在这项研究中,我们发现肝细胞的凋亡与星状细胞的激活直接相关体内,通过HSC中NOX2(gp91phox)的激活。这是肝纤维化发生的一个重要早期事件,直接影响ROS介导的HSC胶原上调。因此,NOX2是诱导早期纤维化改变的中心酶。
材料和方法
肝组织样本
肝脏活检样本来自NCI资助的加州大学戴维斯癌症中心生物资源库。
动物研究
体内吞噬模型:wt(C56BL6)或NOX2-/-将慢病毒(LV)-GFP和肝细胞特异性α1抗胰蛋白酶(α1-AT)启动子(3×107pfu/g)(加州大学戴维斯分校泽恩博士的礼物)注入门静脉,7天后Ad-TRAIL(2×107pfu/g)(来自Gores博士的礼物,梅奥诊所),注入同一只小鼠的尾静脉。另一组小鼠经腹腔注射胰蛋白酶抑制剂Q-VD-OPH(10 mg/kg,MP Biomedicals,Solon,OH;Adeno-TRAIL注射当天和注射后第二天两次),对照组注射载体DMSO。对照组注射α1-AT-LV-GFP(3×10)7pfu/g)或Ad-TRAIL(2×107pfu/g)或Ad-GFP(2×107pfu/g,Vector Biolabs,Philadelphia PA)。注射Ad-TRAIL后3天处死动物。

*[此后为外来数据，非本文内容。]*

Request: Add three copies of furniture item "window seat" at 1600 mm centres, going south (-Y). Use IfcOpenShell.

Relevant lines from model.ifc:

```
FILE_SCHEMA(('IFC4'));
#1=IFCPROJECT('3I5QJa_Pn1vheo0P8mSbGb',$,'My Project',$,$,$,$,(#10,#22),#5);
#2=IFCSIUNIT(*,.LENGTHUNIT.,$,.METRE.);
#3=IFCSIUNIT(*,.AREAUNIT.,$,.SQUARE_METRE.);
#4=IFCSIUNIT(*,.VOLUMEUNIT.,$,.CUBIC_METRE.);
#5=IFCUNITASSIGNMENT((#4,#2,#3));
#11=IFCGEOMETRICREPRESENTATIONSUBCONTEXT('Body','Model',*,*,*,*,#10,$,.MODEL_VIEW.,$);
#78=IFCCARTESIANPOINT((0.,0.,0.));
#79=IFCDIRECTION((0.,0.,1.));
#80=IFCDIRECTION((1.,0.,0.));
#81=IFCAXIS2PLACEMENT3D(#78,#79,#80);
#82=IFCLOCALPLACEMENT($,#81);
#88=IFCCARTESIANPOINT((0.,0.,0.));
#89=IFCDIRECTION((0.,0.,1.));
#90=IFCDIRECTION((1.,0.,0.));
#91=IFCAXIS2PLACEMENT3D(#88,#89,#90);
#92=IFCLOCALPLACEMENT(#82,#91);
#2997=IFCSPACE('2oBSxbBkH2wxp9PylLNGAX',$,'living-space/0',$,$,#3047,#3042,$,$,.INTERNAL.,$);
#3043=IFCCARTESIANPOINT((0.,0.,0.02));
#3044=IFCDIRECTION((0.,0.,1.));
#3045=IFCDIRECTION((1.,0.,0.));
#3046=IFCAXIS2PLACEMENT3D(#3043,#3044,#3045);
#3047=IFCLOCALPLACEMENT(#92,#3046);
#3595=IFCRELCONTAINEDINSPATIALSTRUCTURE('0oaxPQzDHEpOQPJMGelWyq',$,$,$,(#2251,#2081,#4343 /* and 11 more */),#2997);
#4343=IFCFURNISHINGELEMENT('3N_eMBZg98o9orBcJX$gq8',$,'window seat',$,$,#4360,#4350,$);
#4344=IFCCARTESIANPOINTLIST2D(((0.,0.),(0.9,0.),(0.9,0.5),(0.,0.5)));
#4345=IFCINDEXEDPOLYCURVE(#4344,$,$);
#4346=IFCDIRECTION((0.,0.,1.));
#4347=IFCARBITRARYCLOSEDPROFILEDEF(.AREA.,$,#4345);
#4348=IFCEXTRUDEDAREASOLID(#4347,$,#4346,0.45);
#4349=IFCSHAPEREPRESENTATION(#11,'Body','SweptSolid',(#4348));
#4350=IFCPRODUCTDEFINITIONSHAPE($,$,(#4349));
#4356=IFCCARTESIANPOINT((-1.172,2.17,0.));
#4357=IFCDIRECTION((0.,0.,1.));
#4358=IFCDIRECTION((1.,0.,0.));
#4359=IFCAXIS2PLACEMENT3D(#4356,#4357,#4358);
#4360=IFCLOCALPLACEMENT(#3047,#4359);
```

```python
import numpy as np
import ifcopenshell
import ifcopenshell.api.geometry
import ifcopenshell.api.root
import ifcopenshell.util.element
import ifcopenshell.util.placement

model = ifcopenshell.open("model.ifc")

source = model.by_guid("3N_eMBZg98o9orBcJX$gq8")
base = ifcopenshell.util.placement.get_local_placement(source.ObjectPlacement)
step = np.array([0.0, -1.0, 0.0]) * 1.6

for i in range(1, 4):
    copy = ifcopenshell.api.root.copy_class(model, product=source)
    copy.Representation = ifcopenshell.util.element.copy_deep(
        model, source.Representation, exclude=["IfcGeometricRepresentationContext", "IfcRepresentationMap"]
    )
    matrix = base.copy()
    matrix[:3, 3] += i * step
    print("added at", matrix[:3, 3].round(3) + 0.0)
    ifcopenshell.api.geometry.edit_object_placement(model, product=copy, matrix=matrix, is_si=False)

model.write("model_rev.ifc")
```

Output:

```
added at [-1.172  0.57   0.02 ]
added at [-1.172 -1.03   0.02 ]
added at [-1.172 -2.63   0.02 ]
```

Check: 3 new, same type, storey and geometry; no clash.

对wt和NOX2进行BDL-/-小鼠,如上所述4.假手术并行进行。氯化钆(GdCl三在整个实验过程中,每隔一天腹腔注射10 mg/kg生理盐水(Sigma-Aldrich)。手术后3或6周处死小鼠。为了研究NOX2表达,从BDL或假手术Sprague-Dawley大鼠(Charles River Laboratories Inc.,Wilmington,MA)中分离出HSC,如下所述。
统计分析
所有数据至少代表三个实验,并表示为平均值±SED。使用与Dunnett检验相关的单因素方差分析(ANOVA)比较各组之间的差异。当p<0.05时,假设具有统计学意义。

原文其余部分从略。